Все переглянулись, иные пожали плечами.
– Скажу как внимательный наблюдатель за техническим прогрессом, – сказал Питовранов. – Мы отстаем от Франции лет на двадцать, от Британии минимум на тридцать. Их паровой флот способен доставить на театр военных действий и высадить в любом месте Черного моря большую армию быстрее, чем туда домаршируют наши полки. Заводы и фабрики произведут пушки и ружья лучшего качества, в любом потребном количестве. Частные поставщики, в отличие от наших интендантов, воровать не станут, а будут конкурировать между собой, кто быстрей и дешевле выполнит казенный заказ.
– Не надо нам расписывать преимущества капиталистического способа хозяйства перед самодержавным, – перебил Головнин. Он ценил Питовранова как сотрудника, но недолюбливал, считая чересчур развязным. А может, дело было в том, что главный редактор тоже писал научные статьи, но они пользовались меньшим спросом, чем бойкие сочинения Мишеля. – Вопрос был: сколько у нас времени на составление прожекта? Атос, ты у нас тут единственный военный. Что скажешь? Сколько продолжится война?
– Какой я военный, – законфузился Воронцов, но на непростой вопрос ответил ясно и дельно: – Всё будет зависеть от действий союзников. Ежели кроме переброски армии на помощь туркам мощный англо-французский флот подойдет прямо к Санкт-Петербургу, столица либо капитулирует, либо превратится в груду развалин. Им довольно будет только разбомбить кронштадтские укрепления, а наша Балтийская эскадра – сами знаете… Если же кампания ограничится Черным морем, то год-полтора, полагаю, мы продержимся. Долее навряд ли.
– А что думаете вы, Михаил Христофорович? – спросил Головнин правителя морской пенсионной кассы Рейтерна, всеми уважаемого за степенный характер и почтенный возраст (как уже говорилось, ему шел тридцать четвертый год). Это был единственный «константиновец», которого все остальные называли по имени-отчеству и на «вы».
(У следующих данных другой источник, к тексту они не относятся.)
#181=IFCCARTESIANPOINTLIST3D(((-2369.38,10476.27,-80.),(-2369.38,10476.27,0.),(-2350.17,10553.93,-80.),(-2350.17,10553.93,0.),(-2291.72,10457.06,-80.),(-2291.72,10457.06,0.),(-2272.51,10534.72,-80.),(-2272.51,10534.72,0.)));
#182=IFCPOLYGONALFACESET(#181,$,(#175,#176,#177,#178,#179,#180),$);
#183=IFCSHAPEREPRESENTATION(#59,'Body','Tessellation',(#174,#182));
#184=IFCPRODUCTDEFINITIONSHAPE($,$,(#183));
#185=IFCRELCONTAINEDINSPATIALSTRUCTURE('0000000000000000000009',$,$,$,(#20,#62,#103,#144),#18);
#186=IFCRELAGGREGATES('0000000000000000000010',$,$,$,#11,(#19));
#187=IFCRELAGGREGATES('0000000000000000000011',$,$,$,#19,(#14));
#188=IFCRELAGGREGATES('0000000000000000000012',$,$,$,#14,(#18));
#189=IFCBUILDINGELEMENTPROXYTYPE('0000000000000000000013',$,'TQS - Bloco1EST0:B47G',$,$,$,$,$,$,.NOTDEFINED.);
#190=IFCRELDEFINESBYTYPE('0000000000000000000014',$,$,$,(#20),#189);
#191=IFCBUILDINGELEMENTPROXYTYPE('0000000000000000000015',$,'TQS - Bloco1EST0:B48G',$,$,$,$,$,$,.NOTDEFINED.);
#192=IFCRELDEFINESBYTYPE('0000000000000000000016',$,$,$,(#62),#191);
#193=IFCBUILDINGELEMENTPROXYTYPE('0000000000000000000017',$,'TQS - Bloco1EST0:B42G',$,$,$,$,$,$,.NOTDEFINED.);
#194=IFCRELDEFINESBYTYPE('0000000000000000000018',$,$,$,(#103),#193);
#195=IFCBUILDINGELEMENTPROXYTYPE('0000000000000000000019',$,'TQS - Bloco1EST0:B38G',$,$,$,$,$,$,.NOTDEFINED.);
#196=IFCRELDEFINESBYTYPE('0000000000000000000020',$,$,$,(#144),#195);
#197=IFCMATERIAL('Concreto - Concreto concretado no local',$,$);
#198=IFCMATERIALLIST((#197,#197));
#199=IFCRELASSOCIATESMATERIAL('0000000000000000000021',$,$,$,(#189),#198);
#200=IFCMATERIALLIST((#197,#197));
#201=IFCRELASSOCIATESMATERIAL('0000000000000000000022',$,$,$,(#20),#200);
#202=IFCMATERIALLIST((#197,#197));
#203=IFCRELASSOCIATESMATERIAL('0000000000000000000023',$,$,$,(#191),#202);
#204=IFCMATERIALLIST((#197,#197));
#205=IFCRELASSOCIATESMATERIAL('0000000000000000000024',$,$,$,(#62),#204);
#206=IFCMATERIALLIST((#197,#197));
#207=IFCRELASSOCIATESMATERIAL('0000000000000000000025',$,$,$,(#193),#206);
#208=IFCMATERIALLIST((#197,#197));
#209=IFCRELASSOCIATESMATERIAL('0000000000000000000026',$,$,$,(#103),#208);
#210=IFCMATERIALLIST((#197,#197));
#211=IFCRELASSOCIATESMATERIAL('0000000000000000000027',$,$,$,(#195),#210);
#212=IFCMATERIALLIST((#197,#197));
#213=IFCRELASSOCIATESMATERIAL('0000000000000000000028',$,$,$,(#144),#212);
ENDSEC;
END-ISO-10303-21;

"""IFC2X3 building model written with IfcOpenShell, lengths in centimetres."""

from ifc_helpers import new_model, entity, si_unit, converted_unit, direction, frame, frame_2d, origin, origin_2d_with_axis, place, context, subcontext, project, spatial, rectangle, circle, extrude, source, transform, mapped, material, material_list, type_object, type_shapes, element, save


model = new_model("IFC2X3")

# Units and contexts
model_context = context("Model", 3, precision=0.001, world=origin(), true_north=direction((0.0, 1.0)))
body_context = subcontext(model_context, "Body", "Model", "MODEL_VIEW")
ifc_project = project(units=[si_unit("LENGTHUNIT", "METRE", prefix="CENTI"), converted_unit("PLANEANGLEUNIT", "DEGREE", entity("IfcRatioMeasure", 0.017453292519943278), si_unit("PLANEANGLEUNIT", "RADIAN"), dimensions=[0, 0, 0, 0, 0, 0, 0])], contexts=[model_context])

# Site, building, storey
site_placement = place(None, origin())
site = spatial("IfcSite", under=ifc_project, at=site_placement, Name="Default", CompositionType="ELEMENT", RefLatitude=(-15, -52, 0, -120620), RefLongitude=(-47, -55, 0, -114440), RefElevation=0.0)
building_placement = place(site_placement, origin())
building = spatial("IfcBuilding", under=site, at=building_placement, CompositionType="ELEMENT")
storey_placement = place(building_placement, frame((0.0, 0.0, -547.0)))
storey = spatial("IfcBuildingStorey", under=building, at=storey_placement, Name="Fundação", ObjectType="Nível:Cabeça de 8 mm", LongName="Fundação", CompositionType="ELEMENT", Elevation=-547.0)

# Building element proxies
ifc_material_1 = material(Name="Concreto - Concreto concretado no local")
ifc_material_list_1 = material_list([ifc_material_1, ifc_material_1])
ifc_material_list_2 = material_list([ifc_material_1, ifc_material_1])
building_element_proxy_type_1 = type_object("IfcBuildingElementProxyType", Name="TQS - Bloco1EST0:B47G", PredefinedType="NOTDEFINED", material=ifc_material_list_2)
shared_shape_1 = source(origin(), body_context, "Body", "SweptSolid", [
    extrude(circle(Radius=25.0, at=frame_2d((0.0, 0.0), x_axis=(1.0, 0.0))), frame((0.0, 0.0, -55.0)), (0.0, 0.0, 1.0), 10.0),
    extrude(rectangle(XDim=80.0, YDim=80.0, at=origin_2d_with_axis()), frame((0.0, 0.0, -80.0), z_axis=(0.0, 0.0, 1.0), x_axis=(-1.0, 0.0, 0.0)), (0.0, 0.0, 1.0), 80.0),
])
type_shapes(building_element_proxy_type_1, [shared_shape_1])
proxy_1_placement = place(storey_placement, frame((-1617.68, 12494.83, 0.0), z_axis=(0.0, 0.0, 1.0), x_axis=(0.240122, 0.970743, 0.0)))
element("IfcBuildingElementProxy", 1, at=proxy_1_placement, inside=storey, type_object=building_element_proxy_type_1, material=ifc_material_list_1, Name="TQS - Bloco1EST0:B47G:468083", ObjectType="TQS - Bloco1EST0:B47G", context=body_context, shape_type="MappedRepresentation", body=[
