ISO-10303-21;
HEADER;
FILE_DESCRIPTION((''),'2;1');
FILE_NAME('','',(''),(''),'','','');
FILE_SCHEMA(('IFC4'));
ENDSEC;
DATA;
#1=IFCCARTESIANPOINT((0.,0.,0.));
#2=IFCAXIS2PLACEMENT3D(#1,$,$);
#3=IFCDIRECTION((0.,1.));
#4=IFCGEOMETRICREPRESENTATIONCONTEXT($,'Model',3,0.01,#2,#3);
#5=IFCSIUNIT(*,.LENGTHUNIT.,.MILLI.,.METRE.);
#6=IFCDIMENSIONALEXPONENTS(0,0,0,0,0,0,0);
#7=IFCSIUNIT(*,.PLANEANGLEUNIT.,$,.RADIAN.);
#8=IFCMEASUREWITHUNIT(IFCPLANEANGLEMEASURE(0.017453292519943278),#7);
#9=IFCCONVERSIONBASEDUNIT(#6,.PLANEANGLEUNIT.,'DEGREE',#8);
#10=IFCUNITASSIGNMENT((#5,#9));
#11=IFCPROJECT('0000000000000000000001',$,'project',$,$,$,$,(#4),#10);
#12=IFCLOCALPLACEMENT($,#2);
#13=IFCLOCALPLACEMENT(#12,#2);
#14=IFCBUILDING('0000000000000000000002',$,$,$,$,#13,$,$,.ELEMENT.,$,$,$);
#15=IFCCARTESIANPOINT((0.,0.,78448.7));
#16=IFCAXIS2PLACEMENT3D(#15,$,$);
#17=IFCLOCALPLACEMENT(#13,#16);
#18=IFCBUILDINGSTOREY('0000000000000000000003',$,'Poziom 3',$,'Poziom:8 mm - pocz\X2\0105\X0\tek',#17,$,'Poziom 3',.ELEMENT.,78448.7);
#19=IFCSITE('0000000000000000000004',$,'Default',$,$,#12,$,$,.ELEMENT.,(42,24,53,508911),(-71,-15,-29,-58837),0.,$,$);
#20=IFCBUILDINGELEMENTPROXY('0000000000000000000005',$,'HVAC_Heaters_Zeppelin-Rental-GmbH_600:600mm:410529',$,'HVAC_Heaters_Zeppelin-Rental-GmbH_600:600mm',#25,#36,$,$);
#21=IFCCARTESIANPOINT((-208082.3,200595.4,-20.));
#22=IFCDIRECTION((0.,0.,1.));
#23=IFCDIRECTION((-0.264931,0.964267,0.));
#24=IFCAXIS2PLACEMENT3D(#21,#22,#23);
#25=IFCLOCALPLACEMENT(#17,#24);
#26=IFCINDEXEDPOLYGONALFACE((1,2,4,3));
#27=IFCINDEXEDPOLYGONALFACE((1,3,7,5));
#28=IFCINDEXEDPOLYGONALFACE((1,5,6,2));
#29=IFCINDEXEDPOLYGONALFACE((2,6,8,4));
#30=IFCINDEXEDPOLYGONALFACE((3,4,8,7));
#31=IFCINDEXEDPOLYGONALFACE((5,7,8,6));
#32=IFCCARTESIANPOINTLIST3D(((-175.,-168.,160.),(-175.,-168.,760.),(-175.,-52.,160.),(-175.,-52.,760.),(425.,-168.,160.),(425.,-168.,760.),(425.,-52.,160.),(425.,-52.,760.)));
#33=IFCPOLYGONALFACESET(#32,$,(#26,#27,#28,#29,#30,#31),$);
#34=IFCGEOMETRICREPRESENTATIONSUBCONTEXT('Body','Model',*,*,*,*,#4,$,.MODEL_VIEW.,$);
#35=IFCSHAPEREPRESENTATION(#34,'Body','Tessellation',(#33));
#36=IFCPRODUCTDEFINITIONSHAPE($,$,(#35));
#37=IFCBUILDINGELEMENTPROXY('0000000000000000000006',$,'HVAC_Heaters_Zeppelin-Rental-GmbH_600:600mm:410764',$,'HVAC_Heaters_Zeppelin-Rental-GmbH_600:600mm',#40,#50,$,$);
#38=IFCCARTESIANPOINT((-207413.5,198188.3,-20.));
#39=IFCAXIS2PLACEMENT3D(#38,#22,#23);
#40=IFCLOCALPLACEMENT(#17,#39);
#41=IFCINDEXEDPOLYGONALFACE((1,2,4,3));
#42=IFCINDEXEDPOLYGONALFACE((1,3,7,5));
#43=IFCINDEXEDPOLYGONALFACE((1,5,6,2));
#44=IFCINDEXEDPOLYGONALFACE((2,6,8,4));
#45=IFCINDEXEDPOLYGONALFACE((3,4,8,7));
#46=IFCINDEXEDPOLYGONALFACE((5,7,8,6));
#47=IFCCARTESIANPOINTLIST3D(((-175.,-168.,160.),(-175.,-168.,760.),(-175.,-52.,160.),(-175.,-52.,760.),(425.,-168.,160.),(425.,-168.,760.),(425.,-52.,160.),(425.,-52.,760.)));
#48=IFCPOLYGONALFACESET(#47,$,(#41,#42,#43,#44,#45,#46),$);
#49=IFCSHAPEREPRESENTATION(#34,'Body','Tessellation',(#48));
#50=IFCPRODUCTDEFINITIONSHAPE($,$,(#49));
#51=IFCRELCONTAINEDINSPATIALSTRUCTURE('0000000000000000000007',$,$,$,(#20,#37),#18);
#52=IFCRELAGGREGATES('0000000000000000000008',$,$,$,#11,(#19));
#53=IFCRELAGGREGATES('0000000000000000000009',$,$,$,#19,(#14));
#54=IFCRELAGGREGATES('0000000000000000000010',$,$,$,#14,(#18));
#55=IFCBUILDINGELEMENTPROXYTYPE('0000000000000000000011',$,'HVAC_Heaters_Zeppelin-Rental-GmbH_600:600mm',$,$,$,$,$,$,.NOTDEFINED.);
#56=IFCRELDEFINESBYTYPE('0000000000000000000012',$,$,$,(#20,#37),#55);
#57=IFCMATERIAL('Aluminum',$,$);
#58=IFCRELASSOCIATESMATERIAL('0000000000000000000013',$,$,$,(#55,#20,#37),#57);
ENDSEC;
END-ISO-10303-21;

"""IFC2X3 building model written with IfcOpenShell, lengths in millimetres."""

from ifc_helpers import new_model, entity, si_unit, converted_unit, direction, frame, frame_2d, origin, place, context, subcontext, project, spatial, rectangle, extrude, source, transform, mapped, material, type_object, type_shapes, element, save


model = new_model("IFC2X3")

# Units and contexts
model_context = context("Model", 3, precision=0.01, world=origin(), true_north=direction((0.0, 1.0)))
body_context = subcontext(model_context, "Body", "Model", "MODEL_VIEW")
ifc_project = project(units=[si_unit("LENGTHUNIT", "METRE", prefix="MILLI"), converted_unit("PLANEANGLEUNIT", "DEGREE", entity("IfcPlaneAngleMeasure", 0.017453292519943278), si_unit("PLANEANGLEUNIT", "RADIAN"), dimensions=[0, 0, 0, 0, 0, 0, 0])], contexts=[model_context])

# Site, building, storey
site_placement = place(None, origin())
site = spatial("IfcSite", under=ifc_project, at=site_placement, Name="Default", CompositionType="ELEMENT", RefLatitude=(42, 24, 53, 508911), RefLongitude=(-71, -15, -29, -58837), RefElevation=0.0)
building_placement = place(site_placement, origin())
building = spatial("IfcBuilding", under=site, at=building_placement, CompositionType="ELEMENT")
storey_placement = place(building_placement, frame((0.0, 0.0, 78448.7)))
storey = spatial("IfcBuildingStorey", under=building, at=storey_placement, Name="Poziom 3", ObjectType="Poziom:8 mm - początek", LongName="Poziom 3", CompositionType="ELEMENT", Elevation=78448.7)

# Shared definitions
ifc_material_1 = material(Name="Aluminum")

# Building element proxies
building_element_proxy_type = type_object("IfcBuildingElementProxyType", Name="HVAC_Heaters_Zeppelin-Rental-GmbH_600:600mm", PredefinedType="NOTDEFINED", material=ifc_material_1)
shared_shape_1 = source(origin(), body_context, "Body", "SweptSolid", [
    extrude(rectangle(XDim=116.0, YDim=600.0, at=frame_2d((0.0, 0.0), x_axis=(1.0, 0.0))), frame((125.0, -110.0, 160.0), z_axis=(0.0, 0.0, 1.0), x_axis=(0.0, 1.0, 0.0)), (0.0, 0.0, 1.0), 600.0),
])
type_shapes(building_element_proxy_type, [shared_shape_1])
for number, where, z_axis, x_axis, name in (
    (1, (-208082.3, 200595.4, -20.0), (0.0, 0.0, 1.0), (-0.264931, 0.964267, 0.0), "HVAC_Heaters_Zeppelin-Rental-GmbH_600:600mm:410529"),
    (2, (-207413.5, 198188.3, -20.0), (0.0, 0.0, 1.0), (-0.264931, 0.964267, 0.0), "HVAC_Heaters_Zeppelin-Rental-GmbH_600:600mm:410764"),
):
    element("IfcBuildingElementProxy", number, at=place(storey_placement, frame(where, z_axis=z_axis, x_axis=x_axis)), inside=storey, type_object=building_element_proxy_type, material=ifc_material_1, Name=name, ObjectType="HVAC_Heaters_Zeppelin-Rental-GmbH_600:600mm", context=body_context, shape_type="MappedRepresentation", body=[
        mapped(shared_shape_1, transform((0.0, 0.0, 0.0), scale=1.0)),
    ])

save(model, "model.ifc")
Рейтерн был педант, который больше всего на свете ценил время и жил по хронометру. Спал он не более четырех часов в сутки. Изобретенную им систему пенсионных начислений переняли казначейства уже нескольких стран. Он и сейчас, прислушиваясь к разговорам, быстро писал в блокноте, да еще постукивал костяшками хорошенького карманного абакуса – что-то подсчитывал.
Твердогубая, до карикатурности немецкая физиономия гения осталась неподвижной.
– Про военные соображения не могу знать, но со своей, финансовой, стороны подтверждаю, что долее полутора лет война продлиться никак не может, – сказал он тихим, скрипучим голосом. – Год войны встанет казне примерно в 350 миллионов, я только что прикинул. С учетом расходов, в которые обошлись Венгерская кампания и война с Турцией, через полтора года суммарная задолженность по внешним и внутренним обязательствам с учетом прежних экстраординарных трат достигнет миллиарда рублей. Это роковая черта, после которой Россия обанкротится. Так что полтора года – максимум.